Вот с такими неуместными мыслями я и попал в гостиную, поразившую меня своей скромностью, нет, не скромностью даже, а простотой. Кабинет того же Стеннерта смотрелся куда как солиднее и я бы сказал, богаче.
— Здравствуйте, господин Миллер! — Кройхт широко улыбнулся. По-доброму так улыбнулся, можно даже сказать, что искренне.
Я поприветствовал Кройхта, тот пригласил меня присесть в кресло возле низенького столика, сам уселся в другое.
— Итак, господин Миллер, — начал Кройхт, — как вы уже поняли, вчера в библиотеке была проверка, и вы ее успешно прошли. Конечно же, все ваши рекомендации и характеристики по служебной линии я читал, но хотелось, тем не менее, составить и личное впечатление.

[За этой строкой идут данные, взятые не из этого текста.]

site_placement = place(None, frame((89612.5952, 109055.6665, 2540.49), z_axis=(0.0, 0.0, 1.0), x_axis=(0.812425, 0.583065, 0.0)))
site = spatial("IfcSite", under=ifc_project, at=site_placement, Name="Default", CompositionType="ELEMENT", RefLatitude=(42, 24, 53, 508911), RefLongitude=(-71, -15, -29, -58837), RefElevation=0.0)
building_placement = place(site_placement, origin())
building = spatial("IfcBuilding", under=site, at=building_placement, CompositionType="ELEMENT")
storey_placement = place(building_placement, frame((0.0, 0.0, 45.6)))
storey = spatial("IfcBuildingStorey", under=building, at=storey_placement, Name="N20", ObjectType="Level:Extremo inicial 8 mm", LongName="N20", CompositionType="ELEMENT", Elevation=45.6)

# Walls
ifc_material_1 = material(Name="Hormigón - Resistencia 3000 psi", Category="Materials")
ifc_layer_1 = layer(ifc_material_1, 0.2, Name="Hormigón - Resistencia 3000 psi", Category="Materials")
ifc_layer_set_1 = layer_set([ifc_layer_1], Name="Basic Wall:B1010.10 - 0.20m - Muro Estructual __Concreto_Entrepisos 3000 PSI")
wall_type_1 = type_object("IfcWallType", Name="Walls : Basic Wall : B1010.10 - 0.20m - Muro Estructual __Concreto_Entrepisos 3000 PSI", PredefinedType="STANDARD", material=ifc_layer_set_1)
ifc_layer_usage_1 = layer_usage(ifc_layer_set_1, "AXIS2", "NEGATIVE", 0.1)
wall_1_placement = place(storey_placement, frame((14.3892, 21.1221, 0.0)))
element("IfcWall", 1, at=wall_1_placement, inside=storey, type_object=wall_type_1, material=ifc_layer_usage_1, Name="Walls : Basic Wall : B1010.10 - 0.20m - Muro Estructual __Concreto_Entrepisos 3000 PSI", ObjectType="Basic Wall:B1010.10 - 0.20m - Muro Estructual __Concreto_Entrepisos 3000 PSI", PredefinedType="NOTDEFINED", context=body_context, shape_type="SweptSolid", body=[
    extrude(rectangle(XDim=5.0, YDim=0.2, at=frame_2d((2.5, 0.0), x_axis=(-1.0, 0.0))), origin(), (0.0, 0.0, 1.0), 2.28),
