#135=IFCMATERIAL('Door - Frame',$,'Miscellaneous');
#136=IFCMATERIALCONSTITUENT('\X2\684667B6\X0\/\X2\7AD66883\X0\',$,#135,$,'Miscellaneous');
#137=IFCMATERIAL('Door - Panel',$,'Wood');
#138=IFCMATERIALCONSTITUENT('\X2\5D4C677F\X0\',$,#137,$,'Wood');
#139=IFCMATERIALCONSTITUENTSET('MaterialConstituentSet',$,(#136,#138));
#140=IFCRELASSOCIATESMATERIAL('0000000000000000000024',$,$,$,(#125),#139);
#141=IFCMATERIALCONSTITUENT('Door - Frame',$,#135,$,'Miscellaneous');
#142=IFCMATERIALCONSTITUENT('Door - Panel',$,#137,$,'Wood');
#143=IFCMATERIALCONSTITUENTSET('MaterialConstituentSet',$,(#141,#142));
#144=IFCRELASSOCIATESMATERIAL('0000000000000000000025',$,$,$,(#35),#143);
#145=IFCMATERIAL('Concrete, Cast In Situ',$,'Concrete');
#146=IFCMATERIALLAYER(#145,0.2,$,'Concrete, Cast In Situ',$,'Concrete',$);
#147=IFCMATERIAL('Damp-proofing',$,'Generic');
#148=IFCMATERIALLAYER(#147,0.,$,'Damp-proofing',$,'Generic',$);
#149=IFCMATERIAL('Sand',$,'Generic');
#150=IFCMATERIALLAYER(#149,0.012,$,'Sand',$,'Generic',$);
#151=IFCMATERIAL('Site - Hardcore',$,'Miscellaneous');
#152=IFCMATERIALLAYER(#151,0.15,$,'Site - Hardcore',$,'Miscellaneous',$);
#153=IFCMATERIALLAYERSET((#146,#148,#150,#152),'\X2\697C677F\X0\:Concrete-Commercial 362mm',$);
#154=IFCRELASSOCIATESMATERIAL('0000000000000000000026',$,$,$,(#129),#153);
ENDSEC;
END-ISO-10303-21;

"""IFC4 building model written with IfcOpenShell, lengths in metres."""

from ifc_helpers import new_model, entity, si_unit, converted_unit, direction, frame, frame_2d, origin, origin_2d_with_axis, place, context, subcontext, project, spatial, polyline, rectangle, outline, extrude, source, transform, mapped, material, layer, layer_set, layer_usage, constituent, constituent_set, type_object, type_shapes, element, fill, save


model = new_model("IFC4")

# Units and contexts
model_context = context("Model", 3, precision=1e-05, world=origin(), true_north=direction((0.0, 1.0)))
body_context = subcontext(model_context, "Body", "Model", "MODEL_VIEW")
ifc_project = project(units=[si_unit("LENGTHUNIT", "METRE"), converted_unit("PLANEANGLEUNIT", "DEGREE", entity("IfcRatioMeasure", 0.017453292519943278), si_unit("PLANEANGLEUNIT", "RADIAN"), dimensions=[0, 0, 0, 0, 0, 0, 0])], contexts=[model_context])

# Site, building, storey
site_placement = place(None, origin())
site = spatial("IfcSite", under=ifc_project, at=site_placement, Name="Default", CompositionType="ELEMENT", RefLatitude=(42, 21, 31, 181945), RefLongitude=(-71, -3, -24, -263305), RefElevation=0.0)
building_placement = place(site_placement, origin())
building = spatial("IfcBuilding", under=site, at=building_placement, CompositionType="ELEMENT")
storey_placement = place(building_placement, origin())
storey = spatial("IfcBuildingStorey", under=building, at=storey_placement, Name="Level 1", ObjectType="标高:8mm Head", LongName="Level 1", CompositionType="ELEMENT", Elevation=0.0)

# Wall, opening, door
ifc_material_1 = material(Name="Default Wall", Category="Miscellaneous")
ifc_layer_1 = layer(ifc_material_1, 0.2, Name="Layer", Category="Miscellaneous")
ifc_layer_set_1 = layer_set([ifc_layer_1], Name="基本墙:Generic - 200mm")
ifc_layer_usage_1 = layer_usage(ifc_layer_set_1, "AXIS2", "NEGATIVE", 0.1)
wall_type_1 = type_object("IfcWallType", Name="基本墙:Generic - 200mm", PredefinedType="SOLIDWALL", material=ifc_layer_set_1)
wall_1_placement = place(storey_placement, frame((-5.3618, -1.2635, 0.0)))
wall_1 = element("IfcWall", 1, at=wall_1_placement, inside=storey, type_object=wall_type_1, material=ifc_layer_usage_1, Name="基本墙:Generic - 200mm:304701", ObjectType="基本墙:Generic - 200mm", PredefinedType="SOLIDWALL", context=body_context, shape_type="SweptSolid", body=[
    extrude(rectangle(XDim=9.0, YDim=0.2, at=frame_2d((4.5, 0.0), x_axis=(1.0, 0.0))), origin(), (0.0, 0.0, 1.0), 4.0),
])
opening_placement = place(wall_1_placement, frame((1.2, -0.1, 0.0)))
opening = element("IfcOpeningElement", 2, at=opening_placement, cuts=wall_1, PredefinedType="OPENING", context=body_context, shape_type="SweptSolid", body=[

Очень хотелось спросить: «И как, составили?», но не стал. Слишком нахально было бы, надо же и некоторую совесть иметь, иногда хотя бы. Однако же вопрос, пусть и не был произнесен вслух, явственно повис в воздухе, поэтому Кройхт и ответил:
— Составил, Федор Михайлович, составил.
И ответил, мать его, на чистом русском языке. Надо полагать, лицо мое напоминало всем известную картину никому не известного автора «Приплыли!», потому что Кройхт (да он, блин, такой же Кройхт, как я Миллер!), улыбнулся во всю ширину лица, громко хлопнул в ладони и сделал мне знак подождать. Ждать пришлось недолго. Открылась неприметная боковая дверь и та же служанка поставила на столик поднос с графином прозрачной жидкости, но явно не воды, двумя рюмками и — у меня аж слюнки потекли — тарелками с нарезанными ломтиками розоватого сала, пупырчатыми солеными огурчиками и большими ломтями черного, кажется, даже бородинского, хлеба.
— Ну что, познакомимся по-настоящему? — весело предложил Кройхт и не дожидаясь моего положительного ответа, продолжил: — Петров, Павел Андреевич.
— Кстати, Павел Андреевич, а почему Локас Кройхт? — спросил я, когда мы выпили за знакомство. Водка местная, кстати сказать, оказалась замечательной, а уж огурчики…
— Потому что «кройхт» по-имперски «камень», то же самое, что по-гречески «петр». А «локас» — «малый», как и «павел» по-латыни. Бабушка у меня верующая очень была, рассказала мне про мои имя да фамилию. С детства запомнил.
Выпили еще, на этот раз под сало с черным (бородинским, настоящим бородинским!) хлебушком.
— Вы, Федор Михайлович, сюда откуда попали? Что из России, ясно, я про время?
— Восемнадцатое июля две тысячи шестнадцатого года, — ответил я. Надо же, помню. Ну да, забудешь такое…
— И каким образом, если не секрет?
А что тут секретного? Рассказал я и про мостик на краю леса, и про знакомство с Николаем, Серегой да Алинкой, даже про дурачества с селфи не умолчал. Попутно, правда, пришлось пояснять, что такое селфи и как это вообще — фотографировать телефоном. Отметил для себя, что раз таких подробностей Петров не знает, то попал сюда намного раньше нас. Так и оказалось.
— Да, схема, в общем, стандартная — заинтересовать необъяснимым объектом, — емко подытожил Петров и чему-то усмехнулся. — А я сюда попал восьмого октября девяносто третьего. Задержался допоздна на работе, выхожу, коридор пустой, лампы через одну горят, иду и вдруг вижу дверь, которой никогда не было. Вот и зашел. Еще дверь за собой по привычке закрыл — и…
— И где оказались? Тоже в лесу?
— Ну что вы, Федор Михайлович, в каком лесу? — Петров аж поморщился. — Это вы из леса в лес попали, а я из одного коридора в другой…
В разговоре повисла пауза. Сообразив, что продолжать Павел Андреевич не очень-то и хочет, я попробовал зайти с другой стороны.
— В девяносто третьем году? Двадцать три года, значит, тут уже?